Timor-Leste

East Timor– a country whose very name brings up thoughts of civil war and brutal occupation.  And one where my knowledge of it ended there.  It’s now a country struggling towards a stable democracy, with a surprisingly cordial relationship with it’s one time oppressors (Indonesia), and a growing worry over the planned UN pull out at the end of 2012.  Needless to say, I really had no clue what to expect.

A guy at the BMW dealership in Darwin put me in contact with The Honorary Consul to The UK who ran her house as a jumping off point for people who were coming to East Timor for work- she’d rent them a room and plug them into the local expat community while they looked for more permanent accommodation.  It worked perfectly for me since I had a longish wait for my bike and instead of being stuck looking at the walls of my hotel room, I was invited to parties, outings, and quiz nights- perfect!

Dili, the capital, is not a pretty city by any stretch of the imagination.  Dusty and dirty, pot holed roads fronting massive new government ministry offices, and an ocean front lined with newly built embassies instead of anything that might be productive to the economy.  That being said, it grows on you- helped by the friendly and chatty locals, expats, and cold Bintang beer.  And there are some glimpses of what the views could be like if things stay stable.

As well, the upcoming run-off election (held on April 16th) slowly added excitement as political rallies and banners slowly started to appearing on the streets.  Seeing these signs of a functioning democracy with the still obvious background of war gave me hope, but the long term future of the country is still very much in doubt.  It’s economy has been almost hopelessly twisted by the presence of so many UN and NGO workers, that when they pull out it seems quite possible that unrest will once again rear it’s ugly head.

On a side note, I was very happy to finally see a Western Saharan flag flying.  The region has become a bit of a political hobbyhorse of mine since I rode through there during the riots and their brutal suppression by the Moroccan forces in 2010.  The flag itself is banned by the occupying Moroccan government in Western Sahara and seeing one flying over their embassy right next door was a daily treat.
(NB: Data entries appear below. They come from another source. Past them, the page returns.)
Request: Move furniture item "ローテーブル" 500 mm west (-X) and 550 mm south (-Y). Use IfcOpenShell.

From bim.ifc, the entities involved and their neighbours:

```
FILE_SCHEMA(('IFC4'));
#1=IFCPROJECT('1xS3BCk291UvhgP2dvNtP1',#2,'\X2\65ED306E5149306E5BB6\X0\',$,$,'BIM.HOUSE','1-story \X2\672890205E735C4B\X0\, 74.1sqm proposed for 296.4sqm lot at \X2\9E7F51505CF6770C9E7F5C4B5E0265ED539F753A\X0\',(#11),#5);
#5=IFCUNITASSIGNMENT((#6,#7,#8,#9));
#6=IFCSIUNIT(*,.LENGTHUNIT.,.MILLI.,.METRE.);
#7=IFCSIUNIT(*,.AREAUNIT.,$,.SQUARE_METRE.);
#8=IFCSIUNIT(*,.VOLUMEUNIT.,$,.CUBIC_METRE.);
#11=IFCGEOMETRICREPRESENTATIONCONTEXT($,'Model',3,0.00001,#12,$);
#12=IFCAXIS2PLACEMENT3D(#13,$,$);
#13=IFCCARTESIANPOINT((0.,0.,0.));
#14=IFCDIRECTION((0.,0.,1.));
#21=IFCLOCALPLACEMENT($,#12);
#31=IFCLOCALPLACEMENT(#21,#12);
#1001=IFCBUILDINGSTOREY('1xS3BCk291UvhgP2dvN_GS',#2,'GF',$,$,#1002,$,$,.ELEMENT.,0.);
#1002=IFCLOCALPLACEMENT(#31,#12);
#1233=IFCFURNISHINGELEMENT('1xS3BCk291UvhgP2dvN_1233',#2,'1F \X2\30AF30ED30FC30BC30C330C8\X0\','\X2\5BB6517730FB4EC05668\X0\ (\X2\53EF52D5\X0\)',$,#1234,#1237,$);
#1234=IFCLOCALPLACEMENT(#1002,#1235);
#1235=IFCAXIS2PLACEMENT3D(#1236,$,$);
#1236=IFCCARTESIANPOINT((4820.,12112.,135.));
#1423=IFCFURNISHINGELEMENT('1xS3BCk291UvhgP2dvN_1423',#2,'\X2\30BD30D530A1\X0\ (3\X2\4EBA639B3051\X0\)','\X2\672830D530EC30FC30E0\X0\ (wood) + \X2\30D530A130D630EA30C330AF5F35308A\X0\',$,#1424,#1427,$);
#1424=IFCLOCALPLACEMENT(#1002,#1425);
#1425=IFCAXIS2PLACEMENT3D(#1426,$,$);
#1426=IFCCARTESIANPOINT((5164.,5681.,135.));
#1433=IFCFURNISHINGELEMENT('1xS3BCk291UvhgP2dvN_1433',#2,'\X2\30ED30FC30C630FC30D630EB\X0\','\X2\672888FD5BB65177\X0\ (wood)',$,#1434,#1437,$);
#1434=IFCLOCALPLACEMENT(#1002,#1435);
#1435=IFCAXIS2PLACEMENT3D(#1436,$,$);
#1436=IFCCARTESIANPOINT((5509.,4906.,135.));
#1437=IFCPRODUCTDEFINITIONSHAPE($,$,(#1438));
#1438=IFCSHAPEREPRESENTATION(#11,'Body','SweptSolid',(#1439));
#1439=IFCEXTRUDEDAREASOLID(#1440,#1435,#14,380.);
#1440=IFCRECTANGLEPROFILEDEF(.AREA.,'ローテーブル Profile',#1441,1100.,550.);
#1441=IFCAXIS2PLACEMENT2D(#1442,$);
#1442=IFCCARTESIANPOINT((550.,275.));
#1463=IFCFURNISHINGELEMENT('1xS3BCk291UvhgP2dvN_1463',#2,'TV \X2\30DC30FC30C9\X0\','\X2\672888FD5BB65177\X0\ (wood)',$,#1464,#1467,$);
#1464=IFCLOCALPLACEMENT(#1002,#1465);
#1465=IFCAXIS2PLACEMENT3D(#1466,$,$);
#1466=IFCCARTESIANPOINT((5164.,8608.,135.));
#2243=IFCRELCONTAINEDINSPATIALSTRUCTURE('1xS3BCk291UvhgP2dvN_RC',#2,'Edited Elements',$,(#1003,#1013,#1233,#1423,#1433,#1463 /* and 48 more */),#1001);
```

```python
import ifcopenshell
import ifcopenshell.api.geometry
import ifcopenshell.util.placement
import ifcopenshell.util.unit

model = ifcopenshell.open("bim.ifc")
unit_scale = ifcopenshell.util.unit.calculate_unit_scale(model)

item = model.by_guid("1xS3BCk291UvhgP2dvN_1433")
matrix = ifcopenshell.util.placement.get_local_placement(item.ObjectPlacement)
matrix[0, 3] -= 0.5 / unit_scale
matrix[1, 3] -= 0.55 / unit_scale
ifcopenshell.api.geometry.edit_object_placement(model, product=item, matrix=matrix, is_si=False)

print(ifcopenshell.util.placement.get_local_placement(item.ObjectPlacement).round(3) + 0.0)

model.write("bim-out.ifc")
```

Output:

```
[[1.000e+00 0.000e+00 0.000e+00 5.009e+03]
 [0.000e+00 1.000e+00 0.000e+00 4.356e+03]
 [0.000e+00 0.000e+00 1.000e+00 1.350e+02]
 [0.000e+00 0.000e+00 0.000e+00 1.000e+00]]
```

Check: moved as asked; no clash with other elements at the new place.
As another treat just before I left, a group of riders showed up.  They were heading towards Australia and so we passed many an hour talking rider stuff while I sat back and watched them wash their bikes for the strict Australian Bio-hazard control checks.
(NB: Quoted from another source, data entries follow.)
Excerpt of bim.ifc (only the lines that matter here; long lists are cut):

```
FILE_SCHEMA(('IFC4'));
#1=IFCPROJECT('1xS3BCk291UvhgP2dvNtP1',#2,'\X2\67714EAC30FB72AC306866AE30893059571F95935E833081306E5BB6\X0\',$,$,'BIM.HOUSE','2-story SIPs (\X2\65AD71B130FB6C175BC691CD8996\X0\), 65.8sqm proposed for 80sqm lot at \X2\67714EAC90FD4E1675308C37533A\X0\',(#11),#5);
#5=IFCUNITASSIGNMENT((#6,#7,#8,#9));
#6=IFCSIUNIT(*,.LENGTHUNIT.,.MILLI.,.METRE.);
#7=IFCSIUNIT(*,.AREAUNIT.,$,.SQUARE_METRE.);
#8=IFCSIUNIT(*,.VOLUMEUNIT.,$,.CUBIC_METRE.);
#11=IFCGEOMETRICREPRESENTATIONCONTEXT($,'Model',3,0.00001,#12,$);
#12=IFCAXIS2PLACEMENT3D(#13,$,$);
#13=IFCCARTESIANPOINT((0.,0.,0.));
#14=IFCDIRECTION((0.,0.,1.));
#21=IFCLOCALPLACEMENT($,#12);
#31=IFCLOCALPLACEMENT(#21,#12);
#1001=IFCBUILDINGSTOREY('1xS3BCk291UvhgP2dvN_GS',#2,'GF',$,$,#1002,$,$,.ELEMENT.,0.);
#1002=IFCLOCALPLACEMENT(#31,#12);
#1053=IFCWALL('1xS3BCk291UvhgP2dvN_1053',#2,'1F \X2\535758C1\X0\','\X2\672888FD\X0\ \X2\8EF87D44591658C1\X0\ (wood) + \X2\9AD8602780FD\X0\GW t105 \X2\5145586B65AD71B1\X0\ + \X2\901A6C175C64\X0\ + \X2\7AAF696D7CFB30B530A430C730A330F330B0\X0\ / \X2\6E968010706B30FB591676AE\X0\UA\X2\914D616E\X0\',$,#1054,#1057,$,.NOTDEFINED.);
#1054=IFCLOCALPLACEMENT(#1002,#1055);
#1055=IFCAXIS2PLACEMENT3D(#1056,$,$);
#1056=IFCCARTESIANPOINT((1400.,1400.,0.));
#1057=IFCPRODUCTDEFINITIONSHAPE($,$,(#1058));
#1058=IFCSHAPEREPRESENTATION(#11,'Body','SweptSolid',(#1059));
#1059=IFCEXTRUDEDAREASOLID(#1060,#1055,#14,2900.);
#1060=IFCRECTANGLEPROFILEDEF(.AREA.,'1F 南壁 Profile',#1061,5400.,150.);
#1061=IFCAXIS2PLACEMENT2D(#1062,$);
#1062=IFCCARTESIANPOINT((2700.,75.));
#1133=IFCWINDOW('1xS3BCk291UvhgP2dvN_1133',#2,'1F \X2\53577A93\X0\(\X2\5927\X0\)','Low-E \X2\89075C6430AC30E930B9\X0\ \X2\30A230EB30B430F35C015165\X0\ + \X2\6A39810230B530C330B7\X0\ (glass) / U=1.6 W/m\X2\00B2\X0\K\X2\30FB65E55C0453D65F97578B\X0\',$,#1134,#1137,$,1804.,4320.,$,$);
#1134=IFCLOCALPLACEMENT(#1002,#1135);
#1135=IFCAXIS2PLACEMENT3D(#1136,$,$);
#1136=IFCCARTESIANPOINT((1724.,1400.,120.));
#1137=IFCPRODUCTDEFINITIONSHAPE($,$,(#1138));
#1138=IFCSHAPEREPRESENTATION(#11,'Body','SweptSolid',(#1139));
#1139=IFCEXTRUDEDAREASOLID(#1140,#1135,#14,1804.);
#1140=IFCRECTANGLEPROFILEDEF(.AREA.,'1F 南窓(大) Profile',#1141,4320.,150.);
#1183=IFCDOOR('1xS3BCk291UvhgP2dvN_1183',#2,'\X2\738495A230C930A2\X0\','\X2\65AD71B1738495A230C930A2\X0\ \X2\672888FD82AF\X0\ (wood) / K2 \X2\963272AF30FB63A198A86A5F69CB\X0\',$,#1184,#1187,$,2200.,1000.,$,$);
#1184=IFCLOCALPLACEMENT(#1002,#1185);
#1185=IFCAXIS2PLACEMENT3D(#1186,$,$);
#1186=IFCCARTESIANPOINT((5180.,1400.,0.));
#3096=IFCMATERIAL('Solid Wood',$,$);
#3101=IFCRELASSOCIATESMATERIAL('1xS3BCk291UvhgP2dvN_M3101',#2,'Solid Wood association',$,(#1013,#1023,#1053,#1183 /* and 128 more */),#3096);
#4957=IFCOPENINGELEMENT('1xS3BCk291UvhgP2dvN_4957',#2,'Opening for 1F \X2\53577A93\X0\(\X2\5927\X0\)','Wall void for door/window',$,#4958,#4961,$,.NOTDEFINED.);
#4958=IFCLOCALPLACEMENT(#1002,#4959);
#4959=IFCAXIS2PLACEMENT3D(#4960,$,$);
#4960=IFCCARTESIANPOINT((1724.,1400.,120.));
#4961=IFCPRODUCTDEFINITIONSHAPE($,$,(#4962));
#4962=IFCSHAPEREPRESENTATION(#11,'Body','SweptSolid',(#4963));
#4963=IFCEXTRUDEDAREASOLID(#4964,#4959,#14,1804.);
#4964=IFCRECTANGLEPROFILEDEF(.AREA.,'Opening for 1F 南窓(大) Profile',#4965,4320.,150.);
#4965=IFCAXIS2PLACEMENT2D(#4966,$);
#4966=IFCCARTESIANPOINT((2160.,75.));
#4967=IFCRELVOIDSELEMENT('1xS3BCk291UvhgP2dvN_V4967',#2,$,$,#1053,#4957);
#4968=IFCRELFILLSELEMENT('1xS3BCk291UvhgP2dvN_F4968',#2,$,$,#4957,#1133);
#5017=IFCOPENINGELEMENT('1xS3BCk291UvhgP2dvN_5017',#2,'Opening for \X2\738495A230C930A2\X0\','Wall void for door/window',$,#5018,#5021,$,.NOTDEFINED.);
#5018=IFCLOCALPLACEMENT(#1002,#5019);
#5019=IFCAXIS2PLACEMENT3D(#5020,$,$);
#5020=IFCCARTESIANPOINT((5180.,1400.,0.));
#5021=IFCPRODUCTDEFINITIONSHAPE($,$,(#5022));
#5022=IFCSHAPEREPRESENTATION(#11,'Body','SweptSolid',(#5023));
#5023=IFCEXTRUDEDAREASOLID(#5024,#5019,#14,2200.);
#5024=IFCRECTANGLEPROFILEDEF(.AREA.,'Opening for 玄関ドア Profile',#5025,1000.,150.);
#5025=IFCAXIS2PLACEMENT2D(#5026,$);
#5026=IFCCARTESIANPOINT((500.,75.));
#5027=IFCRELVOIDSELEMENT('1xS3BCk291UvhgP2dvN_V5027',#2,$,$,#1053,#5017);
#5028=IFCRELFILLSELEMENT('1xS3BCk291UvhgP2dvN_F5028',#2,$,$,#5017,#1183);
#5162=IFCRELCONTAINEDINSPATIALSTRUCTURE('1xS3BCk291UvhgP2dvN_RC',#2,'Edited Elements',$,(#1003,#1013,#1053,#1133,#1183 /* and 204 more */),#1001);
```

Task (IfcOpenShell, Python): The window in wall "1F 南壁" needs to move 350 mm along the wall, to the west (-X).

```python
import ifcopenshell
import ifcopenshell.api.geometry
import ifcopenshell.util.placement

model = ifcopenshell.open("bim.ifc")

window = model.by_id(1133)
opening = window.FillsVoids[0].RelatingOpeningElement
wall = opening.VoidsElements[0].RelatingBuildingElement

wall_matrix = ifcopenshell.util.placement.get_local_placement(wall.ObjectPlacement)
shift = wall_matrix[:3, 0] * -350.0
before = ifcopenshell.util.placement.get_local_placement(window.ObjectPlacement)[:3, 3].copy()

# The window is not placed relative to its opening, so move both.
for product in (opening, window):
    matrix = ifcopenshell.util.placement.get_local_placement(product.ObjectPlacement)
    matrix[:3, 3] += shift
    ifcopenshell.api.geometry.edit_object_placement(model, product=product, matrix=matrix, is_si=False)

after = ifcopenshell.util.placement.get_local_placement(window.ObjectPlacement)[:3, 3]
print("window moved by", (after - before).round(3) + 0.0)

model.write("bim-out.ifc")
```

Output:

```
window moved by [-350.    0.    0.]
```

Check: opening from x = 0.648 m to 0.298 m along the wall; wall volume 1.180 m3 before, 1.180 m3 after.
But finally, after some Easter related delays, I was off towards Indonesia.  Slowly off.  Very slowly off.  While to roads in Dili might have been potholed, those in the countryside were a mosaic of holes of every kind.  Anything faster than 40km/hr seemed to guaranty that a deep hole would appear around a corner while a friendly goat would ensure that the clear part of the road was blocked.  It took me almost 4 hours to ride the 100km to the border.